→ **TASK STATEMENT**:
Copy all lines below containing "Check".

→ **EXCERPTED DATA**:
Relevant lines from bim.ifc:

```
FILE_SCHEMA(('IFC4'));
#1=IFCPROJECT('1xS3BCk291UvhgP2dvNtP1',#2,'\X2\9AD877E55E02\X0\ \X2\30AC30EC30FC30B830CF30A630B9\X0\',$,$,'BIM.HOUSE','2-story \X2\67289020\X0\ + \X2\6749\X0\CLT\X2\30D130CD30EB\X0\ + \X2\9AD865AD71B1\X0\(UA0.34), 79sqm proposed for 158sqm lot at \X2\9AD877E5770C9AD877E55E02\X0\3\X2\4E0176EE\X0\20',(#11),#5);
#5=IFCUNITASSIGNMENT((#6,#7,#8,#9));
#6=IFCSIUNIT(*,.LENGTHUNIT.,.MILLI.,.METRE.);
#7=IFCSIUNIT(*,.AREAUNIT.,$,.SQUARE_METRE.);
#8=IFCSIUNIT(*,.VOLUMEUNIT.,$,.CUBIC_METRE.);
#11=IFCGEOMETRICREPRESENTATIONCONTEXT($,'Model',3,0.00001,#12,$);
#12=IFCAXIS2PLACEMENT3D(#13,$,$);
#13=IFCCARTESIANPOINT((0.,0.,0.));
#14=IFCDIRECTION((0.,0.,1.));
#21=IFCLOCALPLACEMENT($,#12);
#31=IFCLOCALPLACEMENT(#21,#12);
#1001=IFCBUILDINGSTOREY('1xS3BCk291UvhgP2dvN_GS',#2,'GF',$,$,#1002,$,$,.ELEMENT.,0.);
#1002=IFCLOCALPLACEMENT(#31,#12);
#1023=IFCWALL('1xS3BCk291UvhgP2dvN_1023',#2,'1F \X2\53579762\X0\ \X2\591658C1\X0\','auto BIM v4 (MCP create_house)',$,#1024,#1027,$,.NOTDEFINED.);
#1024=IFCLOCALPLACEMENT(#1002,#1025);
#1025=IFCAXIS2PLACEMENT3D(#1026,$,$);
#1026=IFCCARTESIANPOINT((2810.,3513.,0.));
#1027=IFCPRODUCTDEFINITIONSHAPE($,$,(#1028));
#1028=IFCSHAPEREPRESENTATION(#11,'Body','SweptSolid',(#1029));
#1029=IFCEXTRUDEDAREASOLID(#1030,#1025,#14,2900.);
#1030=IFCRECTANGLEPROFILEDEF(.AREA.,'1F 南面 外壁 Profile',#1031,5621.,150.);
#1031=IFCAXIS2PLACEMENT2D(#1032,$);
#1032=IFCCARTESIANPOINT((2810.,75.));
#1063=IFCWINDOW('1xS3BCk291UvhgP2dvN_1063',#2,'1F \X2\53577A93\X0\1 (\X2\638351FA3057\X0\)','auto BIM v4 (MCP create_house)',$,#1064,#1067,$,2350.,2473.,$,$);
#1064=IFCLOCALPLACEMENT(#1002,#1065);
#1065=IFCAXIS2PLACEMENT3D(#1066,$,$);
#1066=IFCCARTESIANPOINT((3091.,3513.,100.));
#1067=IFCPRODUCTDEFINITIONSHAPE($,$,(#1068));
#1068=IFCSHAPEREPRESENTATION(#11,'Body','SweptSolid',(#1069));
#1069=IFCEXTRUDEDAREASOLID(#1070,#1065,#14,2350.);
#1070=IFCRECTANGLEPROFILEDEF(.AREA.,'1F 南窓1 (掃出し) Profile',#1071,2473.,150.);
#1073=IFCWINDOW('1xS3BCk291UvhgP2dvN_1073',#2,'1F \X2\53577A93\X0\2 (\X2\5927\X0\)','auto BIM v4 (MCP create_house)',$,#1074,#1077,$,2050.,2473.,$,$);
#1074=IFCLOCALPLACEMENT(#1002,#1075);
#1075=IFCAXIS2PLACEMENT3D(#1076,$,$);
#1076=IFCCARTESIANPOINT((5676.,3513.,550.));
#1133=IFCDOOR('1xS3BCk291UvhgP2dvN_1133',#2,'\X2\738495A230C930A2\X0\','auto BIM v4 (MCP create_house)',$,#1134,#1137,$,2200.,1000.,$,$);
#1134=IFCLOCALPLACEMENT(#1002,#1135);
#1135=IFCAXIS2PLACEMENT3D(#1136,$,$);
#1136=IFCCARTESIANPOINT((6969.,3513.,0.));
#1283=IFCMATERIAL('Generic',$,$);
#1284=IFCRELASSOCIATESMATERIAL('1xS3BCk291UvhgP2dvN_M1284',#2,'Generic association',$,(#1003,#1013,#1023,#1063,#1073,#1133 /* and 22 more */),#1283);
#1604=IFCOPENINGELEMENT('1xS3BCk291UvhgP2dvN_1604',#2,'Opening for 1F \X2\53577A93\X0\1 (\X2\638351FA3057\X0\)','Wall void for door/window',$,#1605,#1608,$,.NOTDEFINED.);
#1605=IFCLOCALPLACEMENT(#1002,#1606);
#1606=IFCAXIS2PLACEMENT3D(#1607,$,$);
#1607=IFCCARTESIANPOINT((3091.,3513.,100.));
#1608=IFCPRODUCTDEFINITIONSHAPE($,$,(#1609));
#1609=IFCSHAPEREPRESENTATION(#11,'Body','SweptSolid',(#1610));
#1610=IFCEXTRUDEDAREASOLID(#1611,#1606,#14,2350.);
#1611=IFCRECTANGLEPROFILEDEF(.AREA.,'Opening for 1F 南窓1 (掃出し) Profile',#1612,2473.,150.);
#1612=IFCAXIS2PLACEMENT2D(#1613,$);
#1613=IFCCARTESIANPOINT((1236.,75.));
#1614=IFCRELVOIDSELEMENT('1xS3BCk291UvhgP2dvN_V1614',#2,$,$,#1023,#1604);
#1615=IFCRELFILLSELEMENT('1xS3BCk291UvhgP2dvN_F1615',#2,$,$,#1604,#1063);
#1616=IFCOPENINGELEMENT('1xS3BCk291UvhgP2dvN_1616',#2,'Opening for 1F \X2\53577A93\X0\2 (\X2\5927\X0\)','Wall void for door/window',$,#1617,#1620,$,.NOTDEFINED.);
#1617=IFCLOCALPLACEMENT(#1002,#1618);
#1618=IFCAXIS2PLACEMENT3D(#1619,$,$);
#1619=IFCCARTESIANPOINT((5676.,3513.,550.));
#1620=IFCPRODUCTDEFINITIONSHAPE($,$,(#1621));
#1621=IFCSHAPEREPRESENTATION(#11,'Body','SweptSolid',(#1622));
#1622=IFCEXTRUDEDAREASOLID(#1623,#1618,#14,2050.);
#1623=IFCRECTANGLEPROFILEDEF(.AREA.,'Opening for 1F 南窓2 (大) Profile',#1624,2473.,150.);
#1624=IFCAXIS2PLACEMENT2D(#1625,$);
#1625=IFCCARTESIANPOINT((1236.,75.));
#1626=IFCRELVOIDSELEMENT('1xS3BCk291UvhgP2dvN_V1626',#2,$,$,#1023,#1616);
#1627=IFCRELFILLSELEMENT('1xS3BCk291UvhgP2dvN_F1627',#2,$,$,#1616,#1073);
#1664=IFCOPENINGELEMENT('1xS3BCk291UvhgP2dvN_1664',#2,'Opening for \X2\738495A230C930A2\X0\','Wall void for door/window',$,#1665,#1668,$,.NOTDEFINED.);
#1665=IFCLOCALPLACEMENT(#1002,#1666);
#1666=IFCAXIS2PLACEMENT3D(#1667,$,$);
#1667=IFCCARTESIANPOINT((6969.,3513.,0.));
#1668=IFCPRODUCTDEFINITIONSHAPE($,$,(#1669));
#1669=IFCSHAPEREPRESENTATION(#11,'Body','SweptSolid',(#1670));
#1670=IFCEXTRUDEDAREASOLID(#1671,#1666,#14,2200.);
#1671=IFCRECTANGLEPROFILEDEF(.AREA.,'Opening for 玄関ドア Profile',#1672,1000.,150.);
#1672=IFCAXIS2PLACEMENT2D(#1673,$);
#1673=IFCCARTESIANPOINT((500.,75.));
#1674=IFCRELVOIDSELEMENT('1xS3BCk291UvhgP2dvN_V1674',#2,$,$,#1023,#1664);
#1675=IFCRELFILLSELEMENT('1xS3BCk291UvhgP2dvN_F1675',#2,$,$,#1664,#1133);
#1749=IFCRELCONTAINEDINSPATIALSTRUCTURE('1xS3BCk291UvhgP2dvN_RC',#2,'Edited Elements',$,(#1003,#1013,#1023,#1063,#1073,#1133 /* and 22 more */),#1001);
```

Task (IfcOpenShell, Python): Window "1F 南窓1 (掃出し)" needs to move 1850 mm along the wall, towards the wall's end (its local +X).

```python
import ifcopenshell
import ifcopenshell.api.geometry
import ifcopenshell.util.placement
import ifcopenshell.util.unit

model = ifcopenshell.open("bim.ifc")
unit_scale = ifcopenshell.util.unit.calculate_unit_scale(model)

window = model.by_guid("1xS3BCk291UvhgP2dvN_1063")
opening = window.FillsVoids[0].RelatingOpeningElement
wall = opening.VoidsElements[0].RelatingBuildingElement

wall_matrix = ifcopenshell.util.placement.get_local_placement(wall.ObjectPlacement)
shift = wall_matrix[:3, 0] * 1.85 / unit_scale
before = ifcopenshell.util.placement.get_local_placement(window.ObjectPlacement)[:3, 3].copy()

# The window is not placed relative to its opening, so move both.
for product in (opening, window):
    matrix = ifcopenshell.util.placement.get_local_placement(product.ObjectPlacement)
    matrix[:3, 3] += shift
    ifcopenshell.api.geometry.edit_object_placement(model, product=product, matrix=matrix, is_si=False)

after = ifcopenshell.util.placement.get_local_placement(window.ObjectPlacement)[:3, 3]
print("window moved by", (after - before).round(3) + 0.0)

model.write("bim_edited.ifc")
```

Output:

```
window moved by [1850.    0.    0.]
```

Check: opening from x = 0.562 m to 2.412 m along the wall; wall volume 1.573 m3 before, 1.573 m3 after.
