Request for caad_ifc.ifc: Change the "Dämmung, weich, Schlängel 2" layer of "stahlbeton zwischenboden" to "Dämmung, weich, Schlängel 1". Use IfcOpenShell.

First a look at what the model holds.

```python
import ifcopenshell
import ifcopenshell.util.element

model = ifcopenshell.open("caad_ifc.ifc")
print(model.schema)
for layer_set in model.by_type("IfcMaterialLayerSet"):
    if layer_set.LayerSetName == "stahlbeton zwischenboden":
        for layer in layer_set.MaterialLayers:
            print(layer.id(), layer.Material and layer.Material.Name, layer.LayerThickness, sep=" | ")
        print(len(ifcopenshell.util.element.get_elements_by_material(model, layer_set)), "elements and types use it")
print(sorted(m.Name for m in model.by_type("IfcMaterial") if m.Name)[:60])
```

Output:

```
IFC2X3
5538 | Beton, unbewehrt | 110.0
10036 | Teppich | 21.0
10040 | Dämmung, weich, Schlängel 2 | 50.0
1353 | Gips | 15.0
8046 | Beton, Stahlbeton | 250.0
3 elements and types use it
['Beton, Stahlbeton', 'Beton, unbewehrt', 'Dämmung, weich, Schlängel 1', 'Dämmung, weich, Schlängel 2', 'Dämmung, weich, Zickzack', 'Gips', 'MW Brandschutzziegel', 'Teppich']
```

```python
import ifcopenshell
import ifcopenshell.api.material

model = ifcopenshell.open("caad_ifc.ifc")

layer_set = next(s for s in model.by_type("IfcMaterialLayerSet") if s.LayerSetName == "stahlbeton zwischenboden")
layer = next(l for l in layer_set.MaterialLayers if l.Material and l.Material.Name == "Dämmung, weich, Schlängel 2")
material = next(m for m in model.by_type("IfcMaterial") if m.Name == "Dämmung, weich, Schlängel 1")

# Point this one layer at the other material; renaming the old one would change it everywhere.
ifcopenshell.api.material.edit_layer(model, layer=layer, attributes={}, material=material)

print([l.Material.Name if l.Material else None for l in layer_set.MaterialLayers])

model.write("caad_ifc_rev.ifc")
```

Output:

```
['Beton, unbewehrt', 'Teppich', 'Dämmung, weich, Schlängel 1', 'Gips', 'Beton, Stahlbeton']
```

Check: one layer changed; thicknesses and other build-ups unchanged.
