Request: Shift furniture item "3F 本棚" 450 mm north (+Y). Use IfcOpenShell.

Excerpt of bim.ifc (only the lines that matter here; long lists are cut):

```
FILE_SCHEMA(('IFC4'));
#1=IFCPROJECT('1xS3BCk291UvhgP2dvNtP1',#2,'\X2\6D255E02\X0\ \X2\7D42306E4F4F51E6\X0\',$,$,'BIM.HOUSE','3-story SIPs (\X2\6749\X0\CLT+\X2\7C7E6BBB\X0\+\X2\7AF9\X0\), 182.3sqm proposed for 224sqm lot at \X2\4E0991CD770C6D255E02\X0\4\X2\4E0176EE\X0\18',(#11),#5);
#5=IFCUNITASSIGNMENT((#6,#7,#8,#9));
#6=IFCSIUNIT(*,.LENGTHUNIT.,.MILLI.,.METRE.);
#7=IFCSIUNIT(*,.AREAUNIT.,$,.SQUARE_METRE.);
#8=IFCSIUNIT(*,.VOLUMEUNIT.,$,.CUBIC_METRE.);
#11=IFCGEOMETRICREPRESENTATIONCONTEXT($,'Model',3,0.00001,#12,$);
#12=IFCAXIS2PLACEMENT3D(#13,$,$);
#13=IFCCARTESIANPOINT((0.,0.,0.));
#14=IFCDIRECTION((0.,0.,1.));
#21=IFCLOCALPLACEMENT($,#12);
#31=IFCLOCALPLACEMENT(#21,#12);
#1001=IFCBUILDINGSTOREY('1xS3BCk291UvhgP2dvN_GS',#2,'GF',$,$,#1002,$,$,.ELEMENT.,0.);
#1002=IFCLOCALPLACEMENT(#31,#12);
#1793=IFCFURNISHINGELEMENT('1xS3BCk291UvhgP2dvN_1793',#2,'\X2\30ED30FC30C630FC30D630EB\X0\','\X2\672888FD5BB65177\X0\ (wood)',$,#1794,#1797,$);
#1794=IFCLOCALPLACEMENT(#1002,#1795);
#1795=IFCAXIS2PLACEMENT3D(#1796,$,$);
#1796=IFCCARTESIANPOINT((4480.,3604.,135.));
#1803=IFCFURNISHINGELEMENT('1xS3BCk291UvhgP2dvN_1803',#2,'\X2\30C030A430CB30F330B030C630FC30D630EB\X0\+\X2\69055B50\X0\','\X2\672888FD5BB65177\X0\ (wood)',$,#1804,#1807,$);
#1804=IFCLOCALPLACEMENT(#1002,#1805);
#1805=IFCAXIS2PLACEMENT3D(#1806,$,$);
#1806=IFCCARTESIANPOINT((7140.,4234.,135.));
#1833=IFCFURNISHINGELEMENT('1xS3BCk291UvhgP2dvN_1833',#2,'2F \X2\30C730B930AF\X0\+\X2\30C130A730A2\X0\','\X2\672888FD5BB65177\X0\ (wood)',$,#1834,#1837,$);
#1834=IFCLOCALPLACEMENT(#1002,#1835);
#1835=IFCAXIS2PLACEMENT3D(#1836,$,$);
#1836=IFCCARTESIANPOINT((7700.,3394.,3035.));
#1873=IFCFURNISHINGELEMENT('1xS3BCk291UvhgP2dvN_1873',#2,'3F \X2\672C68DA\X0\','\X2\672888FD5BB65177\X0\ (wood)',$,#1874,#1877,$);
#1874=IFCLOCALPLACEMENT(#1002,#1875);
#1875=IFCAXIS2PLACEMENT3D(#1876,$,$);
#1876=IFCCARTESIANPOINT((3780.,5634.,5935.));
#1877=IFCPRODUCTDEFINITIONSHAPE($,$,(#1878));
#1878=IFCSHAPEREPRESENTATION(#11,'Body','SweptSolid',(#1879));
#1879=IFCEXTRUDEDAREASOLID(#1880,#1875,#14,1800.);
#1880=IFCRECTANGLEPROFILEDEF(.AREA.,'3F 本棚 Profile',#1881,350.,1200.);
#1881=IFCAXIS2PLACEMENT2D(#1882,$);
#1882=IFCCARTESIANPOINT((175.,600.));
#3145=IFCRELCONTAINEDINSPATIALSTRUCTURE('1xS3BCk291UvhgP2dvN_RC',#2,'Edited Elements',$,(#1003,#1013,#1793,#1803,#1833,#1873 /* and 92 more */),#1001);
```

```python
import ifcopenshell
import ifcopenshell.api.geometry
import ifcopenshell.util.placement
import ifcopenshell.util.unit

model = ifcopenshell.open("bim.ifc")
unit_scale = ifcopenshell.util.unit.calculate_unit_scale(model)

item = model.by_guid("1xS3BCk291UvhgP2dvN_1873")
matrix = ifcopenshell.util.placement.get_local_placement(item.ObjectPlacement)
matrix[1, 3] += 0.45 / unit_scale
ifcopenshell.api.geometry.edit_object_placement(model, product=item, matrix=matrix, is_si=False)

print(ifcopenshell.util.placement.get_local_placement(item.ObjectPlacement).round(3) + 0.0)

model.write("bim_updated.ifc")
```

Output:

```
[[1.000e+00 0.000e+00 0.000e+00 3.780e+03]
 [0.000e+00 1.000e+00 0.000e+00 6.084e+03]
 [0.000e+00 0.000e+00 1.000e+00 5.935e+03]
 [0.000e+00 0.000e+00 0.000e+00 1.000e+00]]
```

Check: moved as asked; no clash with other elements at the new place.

→ **ANSWER TO THIS PROBLEM**:
Check: opening from x = 0.562 m to 2.412 m along the wall; wall volume 1.573 m3 before, 1.573 m3 after.
Check: one layer changed; thicknesses and other build-ups unchanged.
Check: moved as asked; no clash with other elements at the new place.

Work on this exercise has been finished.